Story Created:
Oct 4, 2012 at 10:01 PM ECT
Story Updated:
Oct 4, 2012 at 10:01 PM ECT
Pound for pound, Republican Presidential nominee Mitt Romney emerged the better fighter with US President Barack Obama on the ropes for most of the hour and a half long presidential debate on Wednesday night.
Trinidad and Tobago political scientists Derek Ramsamooj and Winford James, speaking with the Express in separate interviews yesterday, both agreed that Romney won the debate hands down.
James said the Republican campaign had the best shot in the arm that it has had since it became known that Romney would be the candidate. He said Romney did the better job in the debate, even though he (James) believed that Romney was changing his position to suit the moment and most of what he said was not in sync with what he had been saying all along. "But he was able to respond President Obama's plan with pretty solid alternatives," he added.
Obama did not speak with the self-belief he displayed in 2008, James said, adding that Obama came across as being too careful, and was not as passionate. "He seemed at times as if he was on his own and there was no battle behind him," he said. James said there seemed to be insufficient engagement on Obama's part. He added that while Romney was fired up, Obama was dispassionate, "almost like a professor..giving a lecture in a classroom...standing apart from the students".

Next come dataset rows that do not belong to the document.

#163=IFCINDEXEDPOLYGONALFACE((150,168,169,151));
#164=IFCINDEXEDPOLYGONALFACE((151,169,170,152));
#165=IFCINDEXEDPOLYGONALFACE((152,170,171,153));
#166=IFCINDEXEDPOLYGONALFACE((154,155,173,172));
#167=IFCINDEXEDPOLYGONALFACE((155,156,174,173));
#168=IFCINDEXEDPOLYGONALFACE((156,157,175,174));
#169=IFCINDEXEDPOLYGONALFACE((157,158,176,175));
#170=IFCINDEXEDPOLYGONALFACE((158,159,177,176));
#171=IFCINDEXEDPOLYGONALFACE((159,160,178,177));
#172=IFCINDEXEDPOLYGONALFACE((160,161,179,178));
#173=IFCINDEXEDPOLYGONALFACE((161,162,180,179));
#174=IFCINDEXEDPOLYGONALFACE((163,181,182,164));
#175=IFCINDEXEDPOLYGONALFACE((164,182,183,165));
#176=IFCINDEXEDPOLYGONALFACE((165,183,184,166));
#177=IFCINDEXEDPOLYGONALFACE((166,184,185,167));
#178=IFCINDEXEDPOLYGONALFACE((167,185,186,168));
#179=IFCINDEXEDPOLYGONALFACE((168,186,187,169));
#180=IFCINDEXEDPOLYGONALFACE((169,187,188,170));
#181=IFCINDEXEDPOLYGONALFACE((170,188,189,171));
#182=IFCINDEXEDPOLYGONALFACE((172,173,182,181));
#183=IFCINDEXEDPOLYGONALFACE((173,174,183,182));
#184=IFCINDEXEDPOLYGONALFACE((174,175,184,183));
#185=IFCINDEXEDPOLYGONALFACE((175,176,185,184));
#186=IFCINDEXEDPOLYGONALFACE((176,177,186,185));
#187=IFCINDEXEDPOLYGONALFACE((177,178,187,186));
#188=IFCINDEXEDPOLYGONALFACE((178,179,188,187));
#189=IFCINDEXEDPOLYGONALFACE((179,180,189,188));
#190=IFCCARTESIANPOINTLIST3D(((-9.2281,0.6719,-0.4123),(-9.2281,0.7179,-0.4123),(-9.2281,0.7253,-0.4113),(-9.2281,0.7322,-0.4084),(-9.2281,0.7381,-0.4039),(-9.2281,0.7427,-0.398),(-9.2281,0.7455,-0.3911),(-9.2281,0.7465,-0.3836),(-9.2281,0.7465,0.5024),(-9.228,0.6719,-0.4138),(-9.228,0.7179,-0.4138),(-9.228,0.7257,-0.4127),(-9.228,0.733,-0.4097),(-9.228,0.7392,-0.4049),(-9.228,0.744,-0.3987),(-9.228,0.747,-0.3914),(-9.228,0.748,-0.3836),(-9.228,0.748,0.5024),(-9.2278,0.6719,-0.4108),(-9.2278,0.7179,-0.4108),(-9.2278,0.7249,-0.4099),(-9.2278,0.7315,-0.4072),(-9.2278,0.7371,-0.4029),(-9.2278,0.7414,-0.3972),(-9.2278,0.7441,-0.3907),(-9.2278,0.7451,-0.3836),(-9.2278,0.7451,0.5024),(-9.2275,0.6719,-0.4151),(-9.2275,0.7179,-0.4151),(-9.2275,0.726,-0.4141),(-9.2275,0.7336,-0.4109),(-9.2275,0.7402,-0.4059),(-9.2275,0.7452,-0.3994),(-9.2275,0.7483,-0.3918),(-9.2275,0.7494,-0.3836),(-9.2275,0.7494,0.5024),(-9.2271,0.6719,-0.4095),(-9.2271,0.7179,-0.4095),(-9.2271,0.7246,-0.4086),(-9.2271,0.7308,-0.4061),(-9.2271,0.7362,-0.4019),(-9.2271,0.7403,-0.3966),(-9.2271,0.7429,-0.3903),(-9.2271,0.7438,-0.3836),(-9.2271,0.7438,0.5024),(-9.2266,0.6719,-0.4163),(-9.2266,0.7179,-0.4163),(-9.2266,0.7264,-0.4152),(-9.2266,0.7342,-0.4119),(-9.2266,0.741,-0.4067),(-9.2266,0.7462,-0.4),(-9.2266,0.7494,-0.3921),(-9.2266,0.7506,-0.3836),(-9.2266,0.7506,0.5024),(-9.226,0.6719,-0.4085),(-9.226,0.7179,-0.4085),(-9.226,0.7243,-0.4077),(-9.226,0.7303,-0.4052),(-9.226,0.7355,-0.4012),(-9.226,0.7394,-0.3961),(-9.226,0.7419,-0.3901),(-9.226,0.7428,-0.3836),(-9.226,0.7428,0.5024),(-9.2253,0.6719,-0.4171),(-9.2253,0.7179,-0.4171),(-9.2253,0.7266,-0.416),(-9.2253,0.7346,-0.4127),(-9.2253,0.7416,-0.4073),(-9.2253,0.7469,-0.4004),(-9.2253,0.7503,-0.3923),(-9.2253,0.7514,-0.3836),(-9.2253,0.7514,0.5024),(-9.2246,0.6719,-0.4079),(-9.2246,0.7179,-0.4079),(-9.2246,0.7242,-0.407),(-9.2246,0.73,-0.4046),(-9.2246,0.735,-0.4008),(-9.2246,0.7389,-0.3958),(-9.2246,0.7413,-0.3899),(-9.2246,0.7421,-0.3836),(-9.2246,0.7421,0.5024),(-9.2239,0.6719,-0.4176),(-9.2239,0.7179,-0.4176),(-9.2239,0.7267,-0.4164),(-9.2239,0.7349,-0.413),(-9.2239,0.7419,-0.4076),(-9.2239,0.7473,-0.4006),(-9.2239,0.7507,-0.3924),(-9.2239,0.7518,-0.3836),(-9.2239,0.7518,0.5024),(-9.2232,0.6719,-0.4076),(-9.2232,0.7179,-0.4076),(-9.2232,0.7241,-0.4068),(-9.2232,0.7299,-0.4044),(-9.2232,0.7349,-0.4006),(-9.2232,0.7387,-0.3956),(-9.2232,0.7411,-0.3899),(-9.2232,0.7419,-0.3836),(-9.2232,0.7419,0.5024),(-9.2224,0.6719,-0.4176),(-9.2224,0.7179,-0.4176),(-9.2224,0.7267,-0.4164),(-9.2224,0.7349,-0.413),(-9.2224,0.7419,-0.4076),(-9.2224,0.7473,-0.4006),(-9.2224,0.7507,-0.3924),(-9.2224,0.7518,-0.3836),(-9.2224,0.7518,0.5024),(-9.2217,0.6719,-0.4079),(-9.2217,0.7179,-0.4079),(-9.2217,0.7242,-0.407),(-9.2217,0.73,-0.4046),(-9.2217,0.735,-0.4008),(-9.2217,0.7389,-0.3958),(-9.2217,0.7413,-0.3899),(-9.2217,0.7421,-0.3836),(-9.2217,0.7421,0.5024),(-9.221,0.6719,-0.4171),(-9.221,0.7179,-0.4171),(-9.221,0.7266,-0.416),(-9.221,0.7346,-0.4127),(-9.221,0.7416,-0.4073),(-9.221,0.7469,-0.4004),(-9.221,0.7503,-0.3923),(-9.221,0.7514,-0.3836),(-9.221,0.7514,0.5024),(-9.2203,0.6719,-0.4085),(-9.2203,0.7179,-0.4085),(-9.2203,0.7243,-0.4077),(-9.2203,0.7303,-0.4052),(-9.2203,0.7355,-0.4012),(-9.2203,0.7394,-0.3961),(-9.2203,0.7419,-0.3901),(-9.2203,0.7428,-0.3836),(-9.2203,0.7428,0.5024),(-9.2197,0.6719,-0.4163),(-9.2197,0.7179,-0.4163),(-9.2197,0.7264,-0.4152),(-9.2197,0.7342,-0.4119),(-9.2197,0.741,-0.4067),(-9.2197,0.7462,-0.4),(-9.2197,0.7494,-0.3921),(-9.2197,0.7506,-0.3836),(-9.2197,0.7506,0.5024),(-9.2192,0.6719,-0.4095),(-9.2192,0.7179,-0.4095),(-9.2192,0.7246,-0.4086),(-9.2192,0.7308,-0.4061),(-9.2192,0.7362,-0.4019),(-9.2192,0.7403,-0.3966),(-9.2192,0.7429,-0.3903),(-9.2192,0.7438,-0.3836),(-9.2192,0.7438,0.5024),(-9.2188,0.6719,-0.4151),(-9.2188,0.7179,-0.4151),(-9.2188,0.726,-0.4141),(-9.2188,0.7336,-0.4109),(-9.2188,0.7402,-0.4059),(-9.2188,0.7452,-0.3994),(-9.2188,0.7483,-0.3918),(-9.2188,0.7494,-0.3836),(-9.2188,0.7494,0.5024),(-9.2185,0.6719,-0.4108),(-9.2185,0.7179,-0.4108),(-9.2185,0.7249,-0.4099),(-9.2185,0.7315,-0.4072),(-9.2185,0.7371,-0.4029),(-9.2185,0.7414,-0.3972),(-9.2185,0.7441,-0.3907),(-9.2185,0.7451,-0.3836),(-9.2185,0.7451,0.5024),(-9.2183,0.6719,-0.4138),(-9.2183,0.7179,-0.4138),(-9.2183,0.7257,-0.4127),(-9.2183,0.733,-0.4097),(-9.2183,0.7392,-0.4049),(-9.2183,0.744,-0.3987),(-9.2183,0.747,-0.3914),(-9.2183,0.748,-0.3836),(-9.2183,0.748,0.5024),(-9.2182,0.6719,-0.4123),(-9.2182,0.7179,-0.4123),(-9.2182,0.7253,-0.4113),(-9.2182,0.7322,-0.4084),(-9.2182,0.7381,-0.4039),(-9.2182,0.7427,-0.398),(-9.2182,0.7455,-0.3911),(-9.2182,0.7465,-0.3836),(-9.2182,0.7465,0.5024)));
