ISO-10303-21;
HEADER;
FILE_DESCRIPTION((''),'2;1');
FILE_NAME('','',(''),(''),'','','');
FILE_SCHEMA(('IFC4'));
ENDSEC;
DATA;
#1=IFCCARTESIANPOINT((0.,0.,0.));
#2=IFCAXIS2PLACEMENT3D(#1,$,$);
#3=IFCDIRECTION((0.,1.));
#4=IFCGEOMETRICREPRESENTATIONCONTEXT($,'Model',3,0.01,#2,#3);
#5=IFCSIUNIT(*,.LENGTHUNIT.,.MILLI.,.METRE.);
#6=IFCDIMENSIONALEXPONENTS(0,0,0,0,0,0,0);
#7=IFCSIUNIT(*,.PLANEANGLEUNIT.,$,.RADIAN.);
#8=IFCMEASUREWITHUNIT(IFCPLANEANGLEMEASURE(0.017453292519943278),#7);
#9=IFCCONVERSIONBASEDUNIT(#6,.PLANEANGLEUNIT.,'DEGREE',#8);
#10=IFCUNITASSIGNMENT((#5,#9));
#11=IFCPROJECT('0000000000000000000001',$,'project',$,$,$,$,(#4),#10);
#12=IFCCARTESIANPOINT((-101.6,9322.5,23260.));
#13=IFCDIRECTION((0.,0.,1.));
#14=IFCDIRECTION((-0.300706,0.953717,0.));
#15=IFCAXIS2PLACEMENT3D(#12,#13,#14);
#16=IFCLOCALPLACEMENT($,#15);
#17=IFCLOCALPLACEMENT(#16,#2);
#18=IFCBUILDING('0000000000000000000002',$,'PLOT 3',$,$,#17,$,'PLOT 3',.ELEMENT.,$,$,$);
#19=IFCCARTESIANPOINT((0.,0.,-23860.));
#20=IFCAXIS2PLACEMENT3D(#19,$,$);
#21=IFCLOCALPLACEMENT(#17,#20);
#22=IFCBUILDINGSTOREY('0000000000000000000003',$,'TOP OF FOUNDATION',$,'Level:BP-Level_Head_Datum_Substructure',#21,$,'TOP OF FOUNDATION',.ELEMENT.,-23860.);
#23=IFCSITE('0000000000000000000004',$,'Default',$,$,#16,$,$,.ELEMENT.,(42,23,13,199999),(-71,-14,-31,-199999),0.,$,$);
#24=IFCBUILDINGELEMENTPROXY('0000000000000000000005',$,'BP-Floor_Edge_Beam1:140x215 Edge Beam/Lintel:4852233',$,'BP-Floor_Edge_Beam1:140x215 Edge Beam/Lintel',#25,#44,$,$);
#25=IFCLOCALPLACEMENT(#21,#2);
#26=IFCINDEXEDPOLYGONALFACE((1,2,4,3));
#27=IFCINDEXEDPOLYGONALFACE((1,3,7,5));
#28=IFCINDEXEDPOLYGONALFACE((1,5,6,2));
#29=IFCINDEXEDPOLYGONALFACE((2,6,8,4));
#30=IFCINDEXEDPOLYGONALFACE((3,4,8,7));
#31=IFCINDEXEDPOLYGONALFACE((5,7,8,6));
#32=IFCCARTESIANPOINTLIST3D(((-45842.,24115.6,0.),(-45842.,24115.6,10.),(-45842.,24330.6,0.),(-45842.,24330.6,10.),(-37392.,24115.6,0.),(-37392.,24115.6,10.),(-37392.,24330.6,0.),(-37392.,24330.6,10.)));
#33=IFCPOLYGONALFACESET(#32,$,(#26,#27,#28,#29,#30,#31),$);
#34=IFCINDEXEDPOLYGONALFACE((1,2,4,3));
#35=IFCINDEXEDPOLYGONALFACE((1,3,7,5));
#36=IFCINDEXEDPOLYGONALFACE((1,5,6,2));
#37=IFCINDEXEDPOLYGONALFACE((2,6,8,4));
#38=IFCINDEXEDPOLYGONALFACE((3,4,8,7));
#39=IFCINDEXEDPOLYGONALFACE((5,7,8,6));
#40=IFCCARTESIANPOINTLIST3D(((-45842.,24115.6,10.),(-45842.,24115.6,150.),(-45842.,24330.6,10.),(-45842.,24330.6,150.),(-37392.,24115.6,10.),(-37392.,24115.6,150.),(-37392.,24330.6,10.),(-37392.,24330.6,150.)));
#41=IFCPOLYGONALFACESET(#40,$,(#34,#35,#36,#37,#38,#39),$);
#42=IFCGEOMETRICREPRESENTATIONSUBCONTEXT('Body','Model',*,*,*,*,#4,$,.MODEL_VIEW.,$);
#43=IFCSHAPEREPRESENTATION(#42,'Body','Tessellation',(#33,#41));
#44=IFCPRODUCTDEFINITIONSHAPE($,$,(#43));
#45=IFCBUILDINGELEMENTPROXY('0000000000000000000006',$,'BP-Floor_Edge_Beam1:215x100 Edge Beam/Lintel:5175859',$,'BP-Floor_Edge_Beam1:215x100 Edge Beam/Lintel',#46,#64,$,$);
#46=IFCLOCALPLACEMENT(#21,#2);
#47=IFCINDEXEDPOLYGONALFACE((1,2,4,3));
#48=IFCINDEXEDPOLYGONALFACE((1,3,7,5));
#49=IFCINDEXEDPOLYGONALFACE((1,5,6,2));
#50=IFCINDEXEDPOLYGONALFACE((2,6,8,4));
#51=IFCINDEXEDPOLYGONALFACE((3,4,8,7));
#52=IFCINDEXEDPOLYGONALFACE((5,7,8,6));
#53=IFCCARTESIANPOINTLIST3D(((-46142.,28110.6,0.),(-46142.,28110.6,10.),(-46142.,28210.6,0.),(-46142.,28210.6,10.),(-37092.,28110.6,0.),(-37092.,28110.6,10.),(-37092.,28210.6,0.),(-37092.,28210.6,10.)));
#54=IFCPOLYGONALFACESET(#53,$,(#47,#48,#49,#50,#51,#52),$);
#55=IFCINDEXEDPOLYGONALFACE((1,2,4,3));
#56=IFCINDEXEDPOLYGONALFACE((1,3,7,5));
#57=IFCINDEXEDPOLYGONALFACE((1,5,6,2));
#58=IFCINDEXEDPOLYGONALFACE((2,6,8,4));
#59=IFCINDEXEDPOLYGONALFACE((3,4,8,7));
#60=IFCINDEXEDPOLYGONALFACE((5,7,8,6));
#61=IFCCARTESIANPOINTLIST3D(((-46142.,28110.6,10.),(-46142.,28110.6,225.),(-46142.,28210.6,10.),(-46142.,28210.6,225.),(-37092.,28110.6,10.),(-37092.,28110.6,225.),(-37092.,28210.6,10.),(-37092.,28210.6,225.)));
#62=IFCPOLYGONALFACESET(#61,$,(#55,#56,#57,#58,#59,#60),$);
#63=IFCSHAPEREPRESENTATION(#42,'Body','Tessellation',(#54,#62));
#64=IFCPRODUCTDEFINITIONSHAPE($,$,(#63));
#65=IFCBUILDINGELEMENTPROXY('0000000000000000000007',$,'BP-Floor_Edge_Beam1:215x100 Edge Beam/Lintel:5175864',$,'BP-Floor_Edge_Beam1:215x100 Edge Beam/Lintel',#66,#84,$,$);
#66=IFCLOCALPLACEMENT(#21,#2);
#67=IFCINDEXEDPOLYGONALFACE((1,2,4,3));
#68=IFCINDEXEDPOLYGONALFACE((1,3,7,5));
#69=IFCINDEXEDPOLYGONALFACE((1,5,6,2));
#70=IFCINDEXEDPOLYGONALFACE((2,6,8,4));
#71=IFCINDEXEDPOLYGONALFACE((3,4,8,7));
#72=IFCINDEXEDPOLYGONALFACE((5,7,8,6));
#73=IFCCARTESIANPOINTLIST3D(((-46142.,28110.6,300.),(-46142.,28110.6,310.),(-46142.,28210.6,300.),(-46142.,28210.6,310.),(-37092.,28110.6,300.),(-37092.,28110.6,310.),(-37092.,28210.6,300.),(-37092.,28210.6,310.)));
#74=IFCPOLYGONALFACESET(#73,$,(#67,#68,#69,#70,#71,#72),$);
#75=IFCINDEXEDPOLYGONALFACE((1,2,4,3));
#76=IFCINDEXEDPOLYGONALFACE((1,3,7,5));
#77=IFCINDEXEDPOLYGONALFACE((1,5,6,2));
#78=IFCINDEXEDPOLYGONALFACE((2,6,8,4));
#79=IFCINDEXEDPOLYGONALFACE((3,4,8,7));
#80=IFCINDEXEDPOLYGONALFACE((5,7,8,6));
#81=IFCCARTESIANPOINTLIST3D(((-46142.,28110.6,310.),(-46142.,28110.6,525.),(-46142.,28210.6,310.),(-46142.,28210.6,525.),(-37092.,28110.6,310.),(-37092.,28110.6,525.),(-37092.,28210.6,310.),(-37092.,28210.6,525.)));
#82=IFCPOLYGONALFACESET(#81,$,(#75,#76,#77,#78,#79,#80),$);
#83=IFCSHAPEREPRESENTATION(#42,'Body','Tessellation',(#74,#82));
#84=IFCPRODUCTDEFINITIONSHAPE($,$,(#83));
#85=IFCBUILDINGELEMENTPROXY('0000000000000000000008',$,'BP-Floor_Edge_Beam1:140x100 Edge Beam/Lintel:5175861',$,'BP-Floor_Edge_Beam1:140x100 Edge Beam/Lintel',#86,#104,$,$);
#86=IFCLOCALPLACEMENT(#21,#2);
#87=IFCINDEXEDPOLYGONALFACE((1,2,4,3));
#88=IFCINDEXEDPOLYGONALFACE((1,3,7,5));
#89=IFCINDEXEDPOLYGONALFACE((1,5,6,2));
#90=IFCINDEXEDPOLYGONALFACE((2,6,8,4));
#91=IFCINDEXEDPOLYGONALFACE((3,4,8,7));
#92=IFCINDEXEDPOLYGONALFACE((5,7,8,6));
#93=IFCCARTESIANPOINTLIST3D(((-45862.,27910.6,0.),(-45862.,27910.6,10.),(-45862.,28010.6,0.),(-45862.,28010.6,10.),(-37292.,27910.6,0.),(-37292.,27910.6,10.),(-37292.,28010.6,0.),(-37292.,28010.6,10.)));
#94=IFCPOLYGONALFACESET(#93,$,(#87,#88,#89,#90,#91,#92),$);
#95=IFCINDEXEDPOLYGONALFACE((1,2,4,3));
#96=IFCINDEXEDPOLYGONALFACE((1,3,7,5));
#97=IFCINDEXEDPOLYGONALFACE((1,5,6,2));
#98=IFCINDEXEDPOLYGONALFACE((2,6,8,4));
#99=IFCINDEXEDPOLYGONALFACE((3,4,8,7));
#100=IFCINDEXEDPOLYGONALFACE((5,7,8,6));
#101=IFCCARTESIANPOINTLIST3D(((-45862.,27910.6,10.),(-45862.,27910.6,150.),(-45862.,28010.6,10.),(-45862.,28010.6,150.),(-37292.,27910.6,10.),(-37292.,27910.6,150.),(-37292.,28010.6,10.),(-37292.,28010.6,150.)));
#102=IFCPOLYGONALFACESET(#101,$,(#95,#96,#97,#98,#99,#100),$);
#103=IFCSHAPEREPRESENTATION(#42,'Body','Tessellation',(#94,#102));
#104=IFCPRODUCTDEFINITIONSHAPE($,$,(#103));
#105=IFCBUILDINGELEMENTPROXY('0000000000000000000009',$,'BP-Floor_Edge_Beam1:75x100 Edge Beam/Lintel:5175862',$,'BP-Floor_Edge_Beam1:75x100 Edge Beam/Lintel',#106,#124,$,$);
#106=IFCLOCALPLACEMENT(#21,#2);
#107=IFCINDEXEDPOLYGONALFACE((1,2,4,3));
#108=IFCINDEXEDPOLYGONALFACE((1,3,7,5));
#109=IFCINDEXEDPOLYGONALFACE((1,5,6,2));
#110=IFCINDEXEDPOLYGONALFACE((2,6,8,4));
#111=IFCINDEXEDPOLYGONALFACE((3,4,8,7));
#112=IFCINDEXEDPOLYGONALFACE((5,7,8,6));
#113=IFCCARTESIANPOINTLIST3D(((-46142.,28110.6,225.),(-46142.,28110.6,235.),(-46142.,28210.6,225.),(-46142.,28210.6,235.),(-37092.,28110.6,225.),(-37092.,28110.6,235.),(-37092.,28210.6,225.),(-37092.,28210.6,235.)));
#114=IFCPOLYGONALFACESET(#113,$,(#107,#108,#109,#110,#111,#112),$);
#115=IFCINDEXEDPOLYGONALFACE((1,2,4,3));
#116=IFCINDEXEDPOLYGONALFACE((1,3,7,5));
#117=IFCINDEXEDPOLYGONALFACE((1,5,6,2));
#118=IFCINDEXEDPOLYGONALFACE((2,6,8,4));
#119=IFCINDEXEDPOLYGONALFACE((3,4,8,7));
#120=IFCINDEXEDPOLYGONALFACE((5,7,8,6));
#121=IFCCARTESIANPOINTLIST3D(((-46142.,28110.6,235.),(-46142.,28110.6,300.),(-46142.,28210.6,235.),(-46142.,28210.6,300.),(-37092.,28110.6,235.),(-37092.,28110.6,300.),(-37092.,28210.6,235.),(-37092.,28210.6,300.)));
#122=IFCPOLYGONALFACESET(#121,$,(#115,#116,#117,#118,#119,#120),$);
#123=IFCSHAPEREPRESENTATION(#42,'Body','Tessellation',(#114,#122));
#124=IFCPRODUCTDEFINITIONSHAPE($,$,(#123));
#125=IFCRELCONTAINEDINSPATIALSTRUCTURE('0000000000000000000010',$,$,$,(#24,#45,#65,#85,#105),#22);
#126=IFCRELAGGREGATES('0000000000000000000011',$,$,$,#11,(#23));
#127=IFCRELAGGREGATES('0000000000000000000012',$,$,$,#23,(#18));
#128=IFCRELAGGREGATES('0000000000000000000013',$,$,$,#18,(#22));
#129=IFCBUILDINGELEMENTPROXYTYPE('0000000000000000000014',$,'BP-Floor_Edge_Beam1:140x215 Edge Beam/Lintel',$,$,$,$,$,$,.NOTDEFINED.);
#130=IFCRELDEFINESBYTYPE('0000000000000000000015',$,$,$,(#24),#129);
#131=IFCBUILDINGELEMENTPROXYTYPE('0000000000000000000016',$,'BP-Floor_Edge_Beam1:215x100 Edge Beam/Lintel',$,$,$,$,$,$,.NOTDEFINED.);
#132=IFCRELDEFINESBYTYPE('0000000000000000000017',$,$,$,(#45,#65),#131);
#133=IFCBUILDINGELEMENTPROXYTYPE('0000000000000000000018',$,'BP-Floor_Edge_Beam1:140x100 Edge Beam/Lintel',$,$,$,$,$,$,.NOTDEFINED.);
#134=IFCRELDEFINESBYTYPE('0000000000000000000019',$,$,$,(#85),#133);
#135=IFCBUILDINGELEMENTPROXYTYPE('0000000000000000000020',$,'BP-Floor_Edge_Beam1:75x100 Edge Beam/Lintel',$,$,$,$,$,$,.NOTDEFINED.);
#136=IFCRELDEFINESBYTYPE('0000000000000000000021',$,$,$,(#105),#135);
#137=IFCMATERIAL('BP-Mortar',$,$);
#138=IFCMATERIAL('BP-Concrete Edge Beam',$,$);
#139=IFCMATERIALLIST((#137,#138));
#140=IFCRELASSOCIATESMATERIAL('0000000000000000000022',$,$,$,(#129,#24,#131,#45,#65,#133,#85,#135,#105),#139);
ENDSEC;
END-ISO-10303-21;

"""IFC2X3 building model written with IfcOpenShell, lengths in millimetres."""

from ifc_helpers import new_model, entity, si_unit, converted_unit, direction, frame, frame_2d, origin, origin_2d_with_axis, place, context, subcontext, project, spatial, rectangle, extrude, source, transform, mapped, material, material_list, type_object, type_shapes, element, save


model = new_model("IFC2X3")

# Units and contexts
model_context = context("Model", 3, precision=0.01, world=origin(), true_north=direction((0.0, 1.0)))
body_context = subcontext(model_context, "Body", "Model", "MODEL_VIEW")
ifc_project = project(units=[si_unit("LENGTHUNIT", "METRE", prefix="MILLI"), converted_unit("PLANEANGLEUNIT", "DEGREE", entity("IfcPlaneAngleMeasure", 0.017453292519943278), si_unit("PLANEANGLEUNIT", "RADIAN"), dimensions=[0, 0, 0, 0, 0, 0, 0])], contexts=[model_context])

# Site, building, storey
site_placement = place(None, frame((-101.6, 9322.5, 23260.0), z_axis=(0.0, 0.0, 1.0), x_axis=(-0.300706, 0.953717, 0.0)))
site = spatial("IfcSite", under=ifc_project, at=site_placement, Name="Default", CompositionType="ELEMENT", RefLatitude=(42, 23, 13, 199999), RefLongitude=(-71, -14, -31, -199999), RefElevation=0.0)
building_placement = place(site_placement, origin())
building = spatial("IfcBuilding", under=site, at=building_placement, Name="PLOT 3", LongName="PLOT 3", CompositionType="ELEMENT")
storey_placement = place(building_placement, frame((0.0, 0.0, -23860.0)))
storey = spatial("IfcBuildingStorey", under=building, at=storey_placement, Name="TOP OF FOUNDATION", ObjectType="Level:BP-Level_Head_Datum_Substructure", LongName="TOP OF FOUNDATION", CompositionType="ELEMENT", Elevation=-23860.0)

# Building element proxies
ifc_material_1 = material(Name="BP-Mortar")
ifc_material_2 = material(Name="BP-Concrete Edge Beam")
ifc_material_list = material_list([ifc_material_1, ifc_material_2])
building_element_proxy_type_1 = type_object("IfcBuildingElementProxyType", Name="BP-Floor_Edge_Beam1:140x215 Edge Beam/Lintel", PredefinedType="NOTDEFINED", material=ifc_material_list)
shared_shape_1 = source(origin(), body_context, "Body", "SweptSolid", [
    extrude(rectangle(XDim=215.0, YDim=8450.0, at=origin_2d_with_axis()), frame((0.0, 0.0, 0.0), z_axis=(0.0, 0.0, 1.0), x_axis=(0.0, 1.0, 0.0)), (0.0, 0.0, 1.0), 10.0),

He said Obama did not seize the opportunity to punch holes in Romney's health care plan to demonstrate that it would leave 50 million Americans without insurance. "He didn't seem to be remembering the inconsistencies and contradictions in the Republican statements," he said.
He said Obama was sure about certain things:
1) that parts of the economy had recovered well
2) that there needed to be more focus on education than Romney was advocating
3) that America should not pauperise the middle-class
4) that the higher income bracket had to pay more taxes
But, James said, Romney was stronger in pressing the point that private enterprise could do all these things better.
James said while he was not certain that Romney would necessarily gain more public support, he (Romney) did seem to have a good sense of where he wanted America to go. "And the President did not seem to be exploiting what he knew of Romney with what Romney was saying here (in the debate). He did not point out the contradictions in his position or to force Romney to be specific —in saying how he would create the jobs, build the economy etc".
Ramsamooj said what has emerged since Wednesday night's presidential debate was a discussion on the leadership style of Obama and his adversary Romney. He said the body language and rhetoric style of both gentlemen influenced who people saw as winning the debate and that the combination of leadership rhetoric, leadership policy and the capacity to relate these issues to the common man was what the debate was about.
"We saw a different Barack Obama in the presidential debate when compared to four years ago,"Ramsamooj said. Noting that it is easy to criticise and to be critical of the establishment until one becomes part of the establishment and has to defend inactivity, he said: "Most persons would agree Romney emerged the better candidate. He (Romney) exuded far more confidence than President Obama, his ability to convert issues of policy into pragmatic actions became evident in his discourse. There were times that Obama by his language displayed levels of hubris. He also appeared to be incoherent, lack-lustre, tired, indifferent and his words which suggested that 'if you don't subscribe to my view, then vote Mitt Romney" displayed an arrogance style of leadership that would not convince or motivate the marginal voter in the swing states."
Ramsamooj said the main issue of jobs, of tax restructuring and of the role of the State in becoming more effective in delivering public goods in a time of economic recession were some of the major domestic matters on which the debate began the conversation.
"We must recognise the direct relationship between Trinidad and Tobago's economy and that of the United States especially within the framework of the United States energy policy of wishing to be independent and what are the consequences of that policy being a reality to our revenue streams," he said.